With the eyes of environmentalists worldwide on the carbon trading scheme that China is expected to launch soon, a new survey has shown cautious optimism about its prospects for lowering emissions and combatting climate change.
The 2017 China Carbon Pricing Survey, led by independent research organization the China Carbon Forum (CCF), asked China-based enterprises and carbon-emitting enterprises for their views on how efficient the scheme will be.
Carbon trading schemes, also known as emissions trading schemes (ETS), are a significant plank of global efforts to lower emissions. Already in place in big markets like the EU and the US, they put a cap on the overall amount of emissions from industries. In order to keep within the agreed emission limit, the government issues permits. In case a company breaches its carbon emission limit, then it has to buy more permits. If the company emits less than the set limit, the ETS allows them to sell the excess permits, thereby incentivizing them to be more green.
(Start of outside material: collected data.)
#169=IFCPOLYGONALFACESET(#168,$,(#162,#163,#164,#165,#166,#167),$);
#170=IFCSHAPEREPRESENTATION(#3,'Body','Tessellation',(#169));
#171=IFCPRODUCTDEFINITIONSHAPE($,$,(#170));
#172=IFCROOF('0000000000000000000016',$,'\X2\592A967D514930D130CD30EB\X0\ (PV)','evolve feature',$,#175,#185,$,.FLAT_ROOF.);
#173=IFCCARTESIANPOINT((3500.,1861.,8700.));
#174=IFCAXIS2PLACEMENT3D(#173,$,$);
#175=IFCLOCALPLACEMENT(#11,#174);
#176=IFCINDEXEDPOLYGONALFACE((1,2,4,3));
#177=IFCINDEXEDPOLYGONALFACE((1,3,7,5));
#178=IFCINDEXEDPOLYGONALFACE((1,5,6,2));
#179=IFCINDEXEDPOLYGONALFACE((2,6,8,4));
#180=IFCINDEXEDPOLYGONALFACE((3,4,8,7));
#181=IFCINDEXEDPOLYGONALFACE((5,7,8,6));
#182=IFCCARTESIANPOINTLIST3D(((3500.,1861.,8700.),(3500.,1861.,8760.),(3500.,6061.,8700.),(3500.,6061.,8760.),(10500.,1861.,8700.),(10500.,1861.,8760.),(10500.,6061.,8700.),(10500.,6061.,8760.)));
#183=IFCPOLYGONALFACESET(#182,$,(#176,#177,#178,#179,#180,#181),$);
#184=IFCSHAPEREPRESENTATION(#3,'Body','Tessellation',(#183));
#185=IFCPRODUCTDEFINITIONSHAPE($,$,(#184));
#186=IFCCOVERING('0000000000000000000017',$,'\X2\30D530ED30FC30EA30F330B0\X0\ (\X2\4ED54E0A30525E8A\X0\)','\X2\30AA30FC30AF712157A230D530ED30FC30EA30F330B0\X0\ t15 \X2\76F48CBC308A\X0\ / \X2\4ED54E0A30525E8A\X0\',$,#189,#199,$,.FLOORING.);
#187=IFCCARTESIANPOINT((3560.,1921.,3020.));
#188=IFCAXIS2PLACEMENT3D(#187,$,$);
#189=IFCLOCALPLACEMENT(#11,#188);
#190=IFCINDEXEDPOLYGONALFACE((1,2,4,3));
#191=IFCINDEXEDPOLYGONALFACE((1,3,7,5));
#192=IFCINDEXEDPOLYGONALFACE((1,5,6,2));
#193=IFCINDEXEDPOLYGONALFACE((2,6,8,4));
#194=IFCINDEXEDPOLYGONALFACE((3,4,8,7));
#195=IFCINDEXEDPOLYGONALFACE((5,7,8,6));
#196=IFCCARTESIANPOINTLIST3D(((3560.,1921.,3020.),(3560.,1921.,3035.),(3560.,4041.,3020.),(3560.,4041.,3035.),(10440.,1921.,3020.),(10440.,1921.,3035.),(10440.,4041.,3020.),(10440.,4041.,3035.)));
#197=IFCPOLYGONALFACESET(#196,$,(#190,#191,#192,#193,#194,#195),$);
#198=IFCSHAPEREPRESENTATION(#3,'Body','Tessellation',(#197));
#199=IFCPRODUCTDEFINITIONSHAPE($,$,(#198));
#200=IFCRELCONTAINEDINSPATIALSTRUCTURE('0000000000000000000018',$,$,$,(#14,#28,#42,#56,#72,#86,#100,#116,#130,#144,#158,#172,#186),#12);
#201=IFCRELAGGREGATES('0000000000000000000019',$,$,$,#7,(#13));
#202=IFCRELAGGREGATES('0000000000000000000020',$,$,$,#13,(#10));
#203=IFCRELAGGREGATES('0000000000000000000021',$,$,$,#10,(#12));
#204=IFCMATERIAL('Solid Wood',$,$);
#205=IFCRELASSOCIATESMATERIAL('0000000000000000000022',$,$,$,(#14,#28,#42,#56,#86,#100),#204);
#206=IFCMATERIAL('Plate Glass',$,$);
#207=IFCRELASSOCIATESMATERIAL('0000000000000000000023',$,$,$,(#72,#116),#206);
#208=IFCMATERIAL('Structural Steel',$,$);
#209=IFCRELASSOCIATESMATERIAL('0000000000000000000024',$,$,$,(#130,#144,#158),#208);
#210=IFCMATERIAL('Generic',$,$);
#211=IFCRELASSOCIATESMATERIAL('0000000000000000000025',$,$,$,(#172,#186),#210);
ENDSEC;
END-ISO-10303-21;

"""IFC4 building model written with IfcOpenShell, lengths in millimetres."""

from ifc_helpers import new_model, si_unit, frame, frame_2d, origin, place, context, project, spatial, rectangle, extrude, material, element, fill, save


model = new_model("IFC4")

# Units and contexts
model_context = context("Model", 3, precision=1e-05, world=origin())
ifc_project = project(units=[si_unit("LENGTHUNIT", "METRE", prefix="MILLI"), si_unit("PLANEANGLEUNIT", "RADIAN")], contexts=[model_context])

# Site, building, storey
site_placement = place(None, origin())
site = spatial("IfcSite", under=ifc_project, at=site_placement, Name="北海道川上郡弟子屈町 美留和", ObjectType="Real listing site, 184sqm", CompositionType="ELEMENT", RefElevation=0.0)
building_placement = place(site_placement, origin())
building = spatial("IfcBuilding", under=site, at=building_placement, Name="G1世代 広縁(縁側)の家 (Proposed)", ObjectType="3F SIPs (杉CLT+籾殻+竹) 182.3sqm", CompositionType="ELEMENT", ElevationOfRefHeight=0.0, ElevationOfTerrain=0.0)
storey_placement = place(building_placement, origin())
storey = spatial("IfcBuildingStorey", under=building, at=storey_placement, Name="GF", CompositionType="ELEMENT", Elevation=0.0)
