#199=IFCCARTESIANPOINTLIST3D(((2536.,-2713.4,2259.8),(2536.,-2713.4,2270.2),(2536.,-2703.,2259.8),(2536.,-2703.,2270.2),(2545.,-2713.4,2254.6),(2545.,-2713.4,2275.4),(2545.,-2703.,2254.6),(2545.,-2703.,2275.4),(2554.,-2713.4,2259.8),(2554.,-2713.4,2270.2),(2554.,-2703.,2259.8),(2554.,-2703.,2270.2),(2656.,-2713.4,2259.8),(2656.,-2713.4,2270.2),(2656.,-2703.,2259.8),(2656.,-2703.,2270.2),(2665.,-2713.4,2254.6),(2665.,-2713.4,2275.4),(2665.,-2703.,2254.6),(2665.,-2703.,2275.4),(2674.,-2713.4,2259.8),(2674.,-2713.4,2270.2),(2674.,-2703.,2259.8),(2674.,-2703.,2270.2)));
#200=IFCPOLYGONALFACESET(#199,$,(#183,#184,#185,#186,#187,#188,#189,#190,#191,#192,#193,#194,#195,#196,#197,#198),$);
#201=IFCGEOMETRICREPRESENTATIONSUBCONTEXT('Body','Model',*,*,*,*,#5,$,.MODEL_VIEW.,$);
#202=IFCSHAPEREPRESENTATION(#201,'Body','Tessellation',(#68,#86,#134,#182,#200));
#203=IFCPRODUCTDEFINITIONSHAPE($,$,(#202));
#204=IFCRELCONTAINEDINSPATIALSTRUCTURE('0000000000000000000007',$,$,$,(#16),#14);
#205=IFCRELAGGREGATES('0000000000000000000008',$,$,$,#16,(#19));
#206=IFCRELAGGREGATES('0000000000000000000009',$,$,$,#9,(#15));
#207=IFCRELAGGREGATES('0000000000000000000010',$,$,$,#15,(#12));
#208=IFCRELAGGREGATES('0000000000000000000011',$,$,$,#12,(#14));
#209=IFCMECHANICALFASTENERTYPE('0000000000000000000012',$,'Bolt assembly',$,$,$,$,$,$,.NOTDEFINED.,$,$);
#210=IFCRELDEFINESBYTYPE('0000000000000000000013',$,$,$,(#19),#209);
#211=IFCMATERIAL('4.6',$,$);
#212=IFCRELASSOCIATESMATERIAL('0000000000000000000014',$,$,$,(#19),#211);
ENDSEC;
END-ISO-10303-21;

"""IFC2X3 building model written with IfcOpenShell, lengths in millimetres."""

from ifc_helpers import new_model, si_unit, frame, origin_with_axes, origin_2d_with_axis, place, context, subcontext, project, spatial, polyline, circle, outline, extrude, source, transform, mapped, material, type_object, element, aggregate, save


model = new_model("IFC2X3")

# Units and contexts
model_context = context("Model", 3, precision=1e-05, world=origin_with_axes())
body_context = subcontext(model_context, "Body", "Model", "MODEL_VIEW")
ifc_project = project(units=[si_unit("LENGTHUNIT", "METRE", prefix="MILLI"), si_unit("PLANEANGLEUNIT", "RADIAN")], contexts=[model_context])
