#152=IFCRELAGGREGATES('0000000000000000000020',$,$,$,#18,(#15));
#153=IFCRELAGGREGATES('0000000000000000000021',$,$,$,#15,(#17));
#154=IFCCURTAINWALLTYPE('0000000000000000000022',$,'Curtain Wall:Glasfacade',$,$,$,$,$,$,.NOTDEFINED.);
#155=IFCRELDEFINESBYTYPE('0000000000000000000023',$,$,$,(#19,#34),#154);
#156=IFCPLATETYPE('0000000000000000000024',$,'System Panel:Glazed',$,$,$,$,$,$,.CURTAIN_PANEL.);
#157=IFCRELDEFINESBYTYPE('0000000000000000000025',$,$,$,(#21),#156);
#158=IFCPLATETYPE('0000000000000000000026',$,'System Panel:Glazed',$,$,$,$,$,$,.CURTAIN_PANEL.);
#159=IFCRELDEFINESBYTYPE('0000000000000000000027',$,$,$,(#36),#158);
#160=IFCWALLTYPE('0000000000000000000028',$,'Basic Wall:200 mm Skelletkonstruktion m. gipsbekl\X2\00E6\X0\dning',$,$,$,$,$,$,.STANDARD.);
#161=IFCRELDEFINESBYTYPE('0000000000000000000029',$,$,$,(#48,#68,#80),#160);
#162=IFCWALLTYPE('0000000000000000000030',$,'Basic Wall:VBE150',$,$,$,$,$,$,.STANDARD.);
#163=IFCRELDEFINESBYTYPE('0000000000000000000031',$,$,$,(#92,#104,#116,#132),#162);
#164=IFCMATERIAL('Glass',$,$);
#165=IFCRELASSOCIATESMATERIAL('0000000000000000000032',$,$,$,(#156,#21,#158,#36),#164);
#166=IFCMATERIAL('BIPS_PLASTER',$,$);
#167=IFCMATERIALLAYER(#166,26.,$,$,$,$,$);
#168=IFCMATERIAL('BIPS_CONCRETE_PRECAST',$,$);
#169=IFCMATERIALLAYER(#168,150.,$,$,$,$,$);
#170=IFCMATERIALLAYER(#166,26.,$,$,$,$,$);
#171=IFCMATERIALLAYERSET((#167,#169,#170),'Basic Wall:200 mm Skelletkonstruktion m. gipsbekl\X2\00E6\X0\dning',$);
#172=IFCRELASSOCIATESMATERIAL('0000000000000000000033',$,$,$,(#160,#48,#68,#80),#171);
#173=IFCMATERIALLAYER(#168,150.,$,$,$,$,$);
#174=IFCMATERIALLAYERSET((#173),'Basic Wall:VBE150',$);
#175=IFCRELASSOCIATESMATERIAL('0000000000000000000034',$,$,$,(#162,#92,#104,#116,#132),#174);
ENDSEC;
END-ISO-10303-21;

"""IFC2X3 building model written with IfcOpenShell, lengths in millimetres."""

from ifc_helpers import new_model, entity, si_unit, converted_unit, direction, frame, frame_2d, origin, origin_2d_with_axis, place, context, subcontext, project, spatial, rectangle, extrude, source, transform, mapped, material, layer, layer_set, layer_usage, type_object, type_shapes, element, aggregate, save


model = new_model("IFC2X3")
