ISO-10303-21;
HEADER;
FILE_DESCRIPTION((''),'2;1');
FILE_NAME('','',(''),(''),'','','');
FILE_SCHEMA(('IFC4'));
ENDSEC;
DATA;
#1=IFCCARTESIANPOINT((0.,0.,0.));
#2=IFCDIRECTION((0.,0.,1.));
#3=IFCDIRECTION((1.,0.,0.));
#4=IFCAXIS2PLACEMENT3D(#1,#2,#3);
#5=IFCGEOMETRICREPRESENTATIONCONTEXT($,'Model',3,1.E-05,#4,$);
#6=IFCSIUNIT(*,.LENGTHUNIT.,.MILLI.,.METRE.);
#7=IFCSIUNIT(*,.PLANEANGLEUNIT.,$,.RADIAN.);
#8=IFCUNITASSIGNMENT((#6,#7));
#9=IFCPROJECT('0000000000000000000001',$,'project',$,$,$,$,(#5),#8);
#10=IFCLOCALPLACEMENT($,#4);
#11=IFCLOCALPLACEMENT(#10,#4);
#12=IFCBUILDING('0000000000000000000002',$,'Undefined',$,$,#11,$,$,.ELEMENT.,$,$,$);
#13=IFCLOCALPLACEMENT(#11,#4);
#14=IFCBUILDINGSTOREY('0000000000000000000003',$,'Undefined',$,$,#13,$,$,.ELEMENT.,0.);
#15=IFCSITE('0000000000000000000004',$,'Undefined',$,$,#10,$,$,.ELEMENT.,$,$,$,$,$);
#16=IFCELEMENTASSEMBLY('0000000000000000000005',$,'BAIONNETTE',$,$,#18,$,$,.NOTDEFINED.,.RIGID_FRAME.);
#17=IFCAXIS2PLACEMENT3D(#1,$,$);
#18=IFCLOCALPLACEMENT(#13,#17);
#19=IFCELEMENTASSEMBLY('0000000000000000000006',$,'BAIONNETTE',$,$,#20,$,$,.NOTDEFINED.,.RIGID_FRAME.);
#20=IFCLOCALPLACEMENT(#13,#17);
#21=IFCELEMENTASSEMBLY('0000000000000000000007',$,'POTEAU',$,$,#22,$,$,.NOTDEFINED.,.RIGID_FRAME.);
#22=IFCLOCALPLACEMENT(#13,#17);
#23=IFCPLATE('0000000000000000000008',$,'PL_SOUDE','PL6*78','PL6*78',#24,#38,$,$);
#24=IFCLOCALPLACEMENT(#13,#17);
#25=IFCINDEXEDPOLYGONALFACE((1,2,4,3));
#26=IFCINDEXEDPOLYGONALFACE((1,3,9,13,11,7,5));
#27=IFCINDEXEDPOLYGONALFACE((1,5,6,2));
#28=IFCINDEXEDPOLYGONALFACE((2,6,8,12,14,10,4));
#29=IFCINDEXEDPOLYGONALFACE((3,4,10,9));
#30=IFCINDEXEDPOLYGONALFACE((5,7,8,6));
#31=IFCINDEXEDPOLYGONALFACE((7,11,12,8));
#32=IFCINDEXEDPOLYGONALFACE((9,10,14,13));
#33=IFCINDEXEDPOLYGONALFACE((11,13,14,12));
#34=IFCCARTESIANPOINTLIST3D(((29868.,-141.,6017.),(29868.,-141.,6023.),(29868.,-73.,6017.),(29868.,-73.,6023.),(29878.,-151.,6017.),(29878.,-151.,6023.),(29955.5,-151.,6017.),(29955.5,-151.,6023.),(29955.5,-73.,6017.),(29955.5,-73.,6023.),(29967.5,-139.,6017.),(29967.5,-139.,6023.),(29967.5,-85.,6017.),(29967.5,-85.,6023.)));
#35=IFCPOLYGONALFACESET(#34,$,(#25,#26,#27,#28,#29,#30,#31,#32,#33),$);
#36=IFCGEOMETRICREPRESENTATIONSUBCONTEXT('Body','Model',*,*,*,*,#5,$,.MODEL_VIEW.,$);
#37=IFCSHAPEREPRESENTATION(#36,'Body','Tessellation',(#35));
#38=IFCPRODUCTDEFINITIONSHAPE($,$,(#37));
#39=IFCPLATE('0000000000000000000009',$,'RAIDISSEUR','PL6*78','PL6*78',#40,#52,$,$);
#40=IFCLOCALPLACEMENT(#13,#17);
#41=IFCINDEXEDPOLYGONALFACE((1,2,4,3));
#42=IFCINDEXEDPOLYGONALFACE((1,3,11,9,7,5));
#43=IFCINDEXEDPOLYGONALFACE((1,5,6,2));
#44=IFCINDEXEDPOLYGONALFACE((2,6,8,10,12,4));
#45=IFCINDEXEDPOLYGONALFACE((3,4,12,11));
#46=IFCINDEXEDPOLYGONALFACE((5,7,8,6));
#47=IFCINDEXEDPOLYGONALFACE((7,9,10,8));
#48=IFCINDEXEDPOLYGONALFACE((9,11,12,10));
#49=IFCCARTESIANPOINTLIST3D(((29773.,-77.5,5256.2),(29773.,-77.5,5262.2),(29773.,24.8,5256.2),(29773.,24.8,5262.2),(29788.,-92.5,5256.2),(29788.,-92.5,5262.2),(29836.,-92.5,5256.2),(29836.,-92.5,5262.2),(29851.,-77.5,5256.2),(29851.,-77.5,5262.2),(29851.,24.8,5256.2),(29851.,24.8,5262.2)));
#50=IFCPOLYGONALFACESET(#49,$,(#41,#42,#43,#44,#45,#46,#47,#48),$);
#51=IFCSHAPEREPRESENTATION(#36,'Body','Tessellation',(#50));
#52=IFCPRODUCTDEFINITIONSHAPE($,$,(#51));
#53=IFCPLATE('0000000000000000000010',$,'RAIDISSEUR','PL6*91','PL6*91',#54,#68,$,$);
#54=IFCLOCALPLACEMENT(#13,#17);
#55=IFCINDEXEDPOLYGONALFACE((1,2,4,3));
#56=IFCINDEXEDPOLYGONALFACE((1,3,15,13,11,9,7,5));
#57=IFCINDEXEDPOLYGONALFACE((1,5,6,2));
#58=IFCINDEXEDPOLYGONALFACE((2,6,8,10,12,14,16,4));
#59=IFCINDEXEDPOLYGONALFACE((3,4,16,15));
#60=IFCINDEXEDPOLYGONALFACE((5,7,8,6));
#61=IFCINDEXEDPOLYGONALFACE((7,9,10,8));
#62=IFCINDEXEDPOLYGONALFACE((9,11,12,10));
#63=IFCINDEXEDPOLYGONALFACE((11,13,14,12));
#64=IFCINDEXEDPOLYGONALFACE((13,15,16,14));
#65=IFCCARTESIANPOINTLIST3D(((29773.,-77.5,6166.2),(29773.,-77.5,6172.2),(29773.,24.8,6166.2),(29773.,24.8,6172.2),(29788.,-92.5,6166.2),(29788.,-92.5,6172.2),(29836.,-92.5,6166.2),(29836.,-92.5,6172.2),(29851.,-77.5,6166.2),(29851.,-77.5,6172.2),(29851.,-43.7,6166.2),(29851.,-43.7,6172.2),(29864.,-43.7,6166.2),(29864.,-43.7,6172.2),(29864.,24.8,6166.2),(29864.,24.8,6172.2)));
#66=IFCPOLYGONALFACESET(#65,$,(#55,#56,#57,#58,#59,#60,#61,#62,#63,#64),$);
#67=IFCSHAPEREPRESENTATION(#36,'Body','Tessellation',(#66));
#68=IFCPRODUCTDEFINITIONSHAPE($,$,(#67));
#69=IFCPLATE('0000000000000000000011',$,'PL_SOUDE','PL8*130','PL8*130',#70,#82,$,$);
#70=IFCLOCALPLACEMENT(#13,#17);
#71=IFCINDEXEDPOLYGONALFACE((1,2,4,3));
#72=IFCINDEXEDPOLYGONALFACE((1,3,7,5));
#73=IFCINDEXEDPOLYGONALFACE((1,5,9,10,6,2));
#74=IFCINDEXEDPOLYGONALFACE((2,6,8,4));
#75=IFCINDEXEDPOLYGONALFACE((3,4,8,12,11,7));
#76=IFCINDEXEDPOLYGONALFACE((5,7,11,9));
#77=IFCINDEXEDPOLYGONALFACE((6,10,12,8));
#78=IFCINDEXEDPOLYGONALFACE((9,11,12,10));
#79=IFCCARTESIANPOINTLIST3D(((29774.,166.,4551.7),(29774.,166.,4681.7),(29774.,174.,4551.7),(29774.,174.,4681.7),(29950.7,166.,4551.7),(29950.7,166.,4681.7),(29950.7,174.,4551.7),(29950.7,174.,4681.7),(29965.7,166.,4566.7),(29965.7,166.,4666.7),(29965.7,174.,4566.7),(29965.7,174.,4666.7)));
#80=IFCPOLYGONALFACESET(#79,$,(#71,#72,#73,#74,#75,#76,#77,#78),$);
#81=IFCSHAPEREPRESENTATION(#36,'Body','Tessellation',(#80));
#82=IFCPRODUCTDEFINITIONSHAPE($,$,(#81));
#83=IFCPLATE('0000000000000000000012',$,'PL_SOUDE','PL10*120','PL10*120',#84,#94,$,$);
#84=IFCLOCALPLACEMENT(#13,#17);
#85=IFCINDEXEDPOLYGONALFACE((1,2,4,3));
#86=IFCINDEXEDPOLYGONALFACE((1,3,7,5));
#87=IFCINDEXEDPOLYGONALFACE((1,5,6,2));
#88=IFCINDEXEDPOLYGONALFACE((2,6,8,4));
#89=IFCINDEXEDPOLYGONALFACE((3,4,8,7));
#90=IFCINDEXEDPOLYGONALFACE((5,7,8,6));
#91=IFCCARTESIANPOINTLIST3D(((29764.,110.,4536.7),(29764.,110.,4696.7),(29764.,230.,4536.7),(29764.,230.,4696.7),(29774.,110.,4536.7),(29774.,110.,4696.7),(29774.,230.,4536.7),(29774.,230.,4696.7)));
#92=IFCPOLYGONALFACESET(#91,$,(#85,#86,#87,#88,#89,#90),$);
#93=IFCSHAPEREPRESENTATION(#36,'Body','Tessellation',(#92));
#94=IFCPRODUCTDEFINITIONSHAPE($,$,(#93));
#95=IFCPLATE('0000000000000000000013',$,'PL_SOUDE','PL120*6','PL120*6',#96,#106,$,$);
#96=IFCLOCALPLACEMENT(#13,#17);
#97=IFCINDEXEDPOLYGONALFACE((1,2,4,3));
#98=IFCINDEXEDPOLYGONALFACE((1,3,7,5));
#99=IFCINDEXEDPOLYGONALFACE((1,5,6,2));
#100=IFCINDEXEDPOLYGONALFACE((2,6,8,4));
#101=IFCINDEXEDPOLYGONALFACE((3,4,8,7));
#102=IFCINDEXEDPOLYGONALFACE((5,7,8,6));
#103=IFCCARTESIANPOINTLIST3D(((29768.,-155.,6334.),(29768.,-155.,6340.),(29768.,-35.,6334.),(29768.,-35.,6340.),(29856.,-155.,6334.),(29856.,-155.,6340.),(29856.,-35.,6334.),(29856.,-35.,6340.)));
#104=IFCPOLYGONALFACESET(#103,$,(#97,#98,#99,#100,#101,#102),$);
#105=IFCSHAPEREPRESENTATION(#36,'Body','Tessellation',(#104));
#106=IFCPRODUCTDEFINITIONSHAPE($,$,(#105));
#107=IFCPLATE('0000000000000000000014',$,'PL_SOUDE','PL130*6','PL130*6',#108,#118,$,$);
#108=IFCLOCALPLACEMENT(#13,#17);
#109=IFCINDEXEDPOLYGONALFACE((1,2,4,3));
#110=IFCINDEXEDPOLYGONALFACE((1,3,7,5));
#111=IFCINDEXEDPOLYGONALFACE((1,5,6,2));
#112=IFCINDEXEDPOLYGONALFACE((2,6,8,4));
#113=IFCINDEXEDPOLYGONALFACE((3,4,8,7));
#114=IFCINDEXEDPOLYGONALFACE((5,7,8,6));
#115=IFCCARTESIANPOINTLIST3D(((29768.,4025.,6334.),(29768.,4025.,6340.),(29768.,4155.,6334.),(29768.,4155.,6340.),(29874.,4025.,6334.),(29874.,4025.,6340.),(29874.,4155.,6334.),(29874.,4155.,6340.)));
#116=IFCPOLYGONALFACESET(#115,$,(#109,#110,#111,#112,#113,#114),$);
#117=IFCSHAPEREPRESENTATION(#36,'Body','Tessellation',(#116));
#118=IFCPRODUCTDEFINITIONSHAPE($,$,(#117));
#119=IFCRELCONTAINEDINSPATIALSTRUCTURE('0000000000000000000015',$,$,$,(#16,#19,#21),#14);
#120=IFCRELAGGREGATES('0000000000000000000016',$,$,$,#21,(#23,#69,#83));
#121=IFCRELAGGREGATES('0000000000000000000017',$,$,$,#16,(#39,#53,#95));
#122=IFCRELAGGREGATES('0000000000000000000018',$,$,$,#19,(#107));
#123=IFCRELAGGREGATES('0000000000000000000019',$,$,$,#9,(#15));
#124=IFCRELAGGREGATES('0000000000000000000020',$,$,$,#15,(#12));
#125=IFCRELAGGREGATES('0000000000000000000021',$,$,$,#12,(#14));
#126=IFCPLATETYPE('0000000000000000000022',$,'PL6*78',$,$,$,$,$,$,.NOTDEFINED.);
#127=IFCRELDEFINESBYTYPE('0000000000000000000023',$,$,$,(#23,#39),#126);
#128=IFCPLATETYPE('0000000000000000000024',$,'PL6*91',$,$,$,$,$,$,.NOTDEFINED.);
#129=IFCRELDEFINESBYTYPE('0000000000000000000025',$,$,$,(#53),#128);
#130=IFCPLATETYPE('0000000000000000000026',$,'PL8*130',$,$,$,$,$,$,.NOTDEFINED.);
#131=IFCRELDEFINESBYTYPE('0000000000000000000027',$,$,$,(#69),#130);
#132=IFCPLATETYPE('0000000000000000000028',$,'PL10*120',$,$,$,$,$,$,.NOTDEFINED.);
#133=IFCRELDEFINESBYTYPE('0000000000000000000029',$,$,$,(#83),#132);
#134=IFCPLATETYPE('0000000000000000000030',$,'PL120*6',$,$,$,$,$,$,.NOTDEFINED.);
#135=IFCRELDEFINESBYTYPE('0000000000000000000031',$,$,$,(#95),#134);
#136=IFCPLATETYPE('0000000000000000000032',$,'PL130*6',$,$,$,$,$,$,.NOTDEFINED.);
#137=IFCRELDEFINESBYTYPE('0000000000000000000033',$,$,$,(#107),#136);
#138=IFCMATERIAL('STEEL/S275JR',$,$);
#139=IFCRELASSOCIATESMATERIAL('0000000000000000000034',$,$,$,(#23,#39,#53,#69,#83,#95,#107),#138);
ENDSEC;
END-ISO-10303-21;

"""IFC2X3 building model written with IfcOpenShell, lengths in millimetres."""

from ifc_helpers import new_model, si_unit, frame, origin_with_axes, place, context, subcontext, project, spatial, polyline, outline, extrude, material, type_object, element, aggregate, save


model = new_model("IFC2X3")

# Units and contexts
model_context = context("Model", 3, precision=1e-05, world=origin_with_axes())
body_context = subcontext(model_context, "Body", "Model", "MODEL_VIEW")
ifc_project = project(units=[si_unit("LENGTHUNIT", "METRE", prefix="MILLI"), si_unit("PLANEANGLEUNIT", "RADIAN")], contexts=[model_context])

# Site, building, storey
site_placement = place(None, origin_with_axes())
site = spatial("IfcSite", under=ifc_project, at=site_placement, Name="Undefined", CompositionType="ELEMENT")
building_placement = place(site_placement, origin_with_axes())
building = spatial("IfcBuilding", under=site, at=building_placement, Name="Undefined", CompositionType="ELEMENT")
storey_placement = place(building_placement, origin_with_axes())
storey = spatial("IfcBuildingStorey", under=building, at=storey_placement, Name="Undefined", CompositionType="ELEMENT", Elevation=0.0)

# Shared definitions
ifc_material_1 = material(Name="STEEL/S275JR")

# Element assemblies
assembly_1_placement = place(storey_placement, origin_with_axes())
assembly_1 = element("IfcElementAssembly", 1, at=assembly_1_placement, inside=storey, Name="BAIONNETTE", AssemblyPlace="NOTDEFINED", PredefinedType="RIGID_FRAME")
assembly_2_placement = place(storey_placement, origin_with_axes())
assembly_2 = element("IfcElementAssembly", 2, at=assembly_2_placement, inside=storey, Name="BAIONNETTE", AssemblyPlace="NOTDEFINED", PredefinedType="RIGID_FRAME")

# Element assembly, plate
assembly_3_placement = place(storey_placement, origin_with_axes())
assembly_3 = element("IfcElementAssembly", 3, at=assembly_3_placement, inside=storey, Name="POTEAU", AssemblyPlace="NOTDEFINED", PredefinedType="RIGID_FRAME")
plate_type_1 = type_object("IfcPlateType", Name="PL6*78", PredefinedType="NOTDEFINED")
plate_1_placement = place(assembly_3_placement, frame((29868.0, -151.0, 6020.0), z_axis=(0.0, 0.0, 1.0), x_axis=(1.0, 0.0, 0.0)))
plate_1 = element("IfcPlate", 4, at=plate_1_placement, type_object=plate_type_1, material=ifc_material_1, Name="PL_SOUDE", Description="PL6*78", ObjectType="PL6*78", context=body_context, shape_type="SweptSolid", body=[
    extrude(outline(polyline([(0.0, 10.0), (10.0, 0.0), (87.5, 0.0), (99.5, 12.0), (99.5, 66.0), (87.5, 78.0), (0.0, 78.0), (0.0, 10.0)])), frame((0.0, 0.0, -3.0), z_axis=(0.0, 0.0, 1.0), x_axis=(1.0, 0.0, 0.0)), (0.0, 0.0, 1.0), 6.0),
])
China has been working on a national carbon trading scheme for years, with President Xi Jinping setting a target for it to be launched before the end of 2017. In the run-up, the country has been operating pilot versions of the scheme in seven cities.
The survey asked, “Do you expect the ETS in China to affect investment decisions in 2017? 2020? 2025?” /CCF Photo
The survey asked, “Do you expect the ETS in China to affect investment decisions in 2017? 2020? 2025?” /CCF Photo
Nearly half the survey respondents (47 percent) said they expect the ETS to be fully functional by 2020 or earlier. Almost as many (44 percent) said it will be sometime between 2021 and 2025 before China has a fully functional carbon market backed up by legislation and monitoring of companies’ emissions.
Survey respondents expect carbon trading to affect companies' investment decisions increasingly. In 2017, 38 percent expect investment decisions to be strongly or moderately affected, and by 2025, this figure rises to 75 percent.
For companies to be motivated, emissions permits need to be valuable assets. Those polled said they thought prices in the national ETS would steadily rise, from about 38 yuan (5.74 US dollars US dollars) per tonne of CO2 emitted in 2017 to 74 yuan per tonne in 2020 and 108 yuan per tonne in 2025.
However, the report authors tempered this, stressing how their research showed the price levels remain highly uncertain, especially in the more distant future. It has been a frequent problem in carbon trading schemes elsewhere in the world for authorities to supply too many permits and prices to be low.
China Carbon Pricing Surveys conducted by the CCF in 2013 and 2015 found people optimistic about price rises in the Chinese pilot schemes, but they failed to match expectations, actually decreasing from 2014 to 2016.
Citing EU difficulties in this regard, Dutch Ambassador to China Ed Kronenburg said at the survey report launch on Wednesday, “The first question to be answered is at what level to set the cap, and how do you monitor emissions to make sure it really an effective mechanism.”
As to when the scheme will enter operation, CCF Vice Chairman Dimitri de Boer cited concern that it would be premature to launch it in 2017. “But it doesn’t really make that much difference,” he said. “In terms of whether it means anything on the ground, it doesn’t matter that much if it starts this year, next year or even in 2019. What matters more is when it is fully functional.”
The survey asked, “When do you expect China’s emissions will peak?” /CCF Photo
The survey asked, “When do you expect China’s emissions will peak?” /CCF Photo
Chinese leaders have set a target of the country’s emissions peaking by 2030. Ninety percent of respondents said they expect that target will be met, while 55 percent said it would be achieved by 2025.
De Boer said he took some of the report’s more positive conclusions like this one “with a pinch of salt” because of how few actual enterprises were interviewed. Only a quarter of the 260 responses came from those most directly affected by the ETS.
“The industry response rate was lower than expected,” said the report. It attributed this to the fact that “some industry representatives may not yet consider themselves to be in a position to provide expectations”, and there was acknowledgment at the report launch that the results were probably distorted by industry respondents likely having been those who are best prepared for the ETS introduction.
“There’s a body of opinion that the first few years will be seen as kind of a first phase of experimenting,” said CCF Research Manager Huw Slater. “After 2020 will be a much more serious implantation of ETS, and so by the mid-2020s we will see a more significant positive impact, and a higher price of carbon.”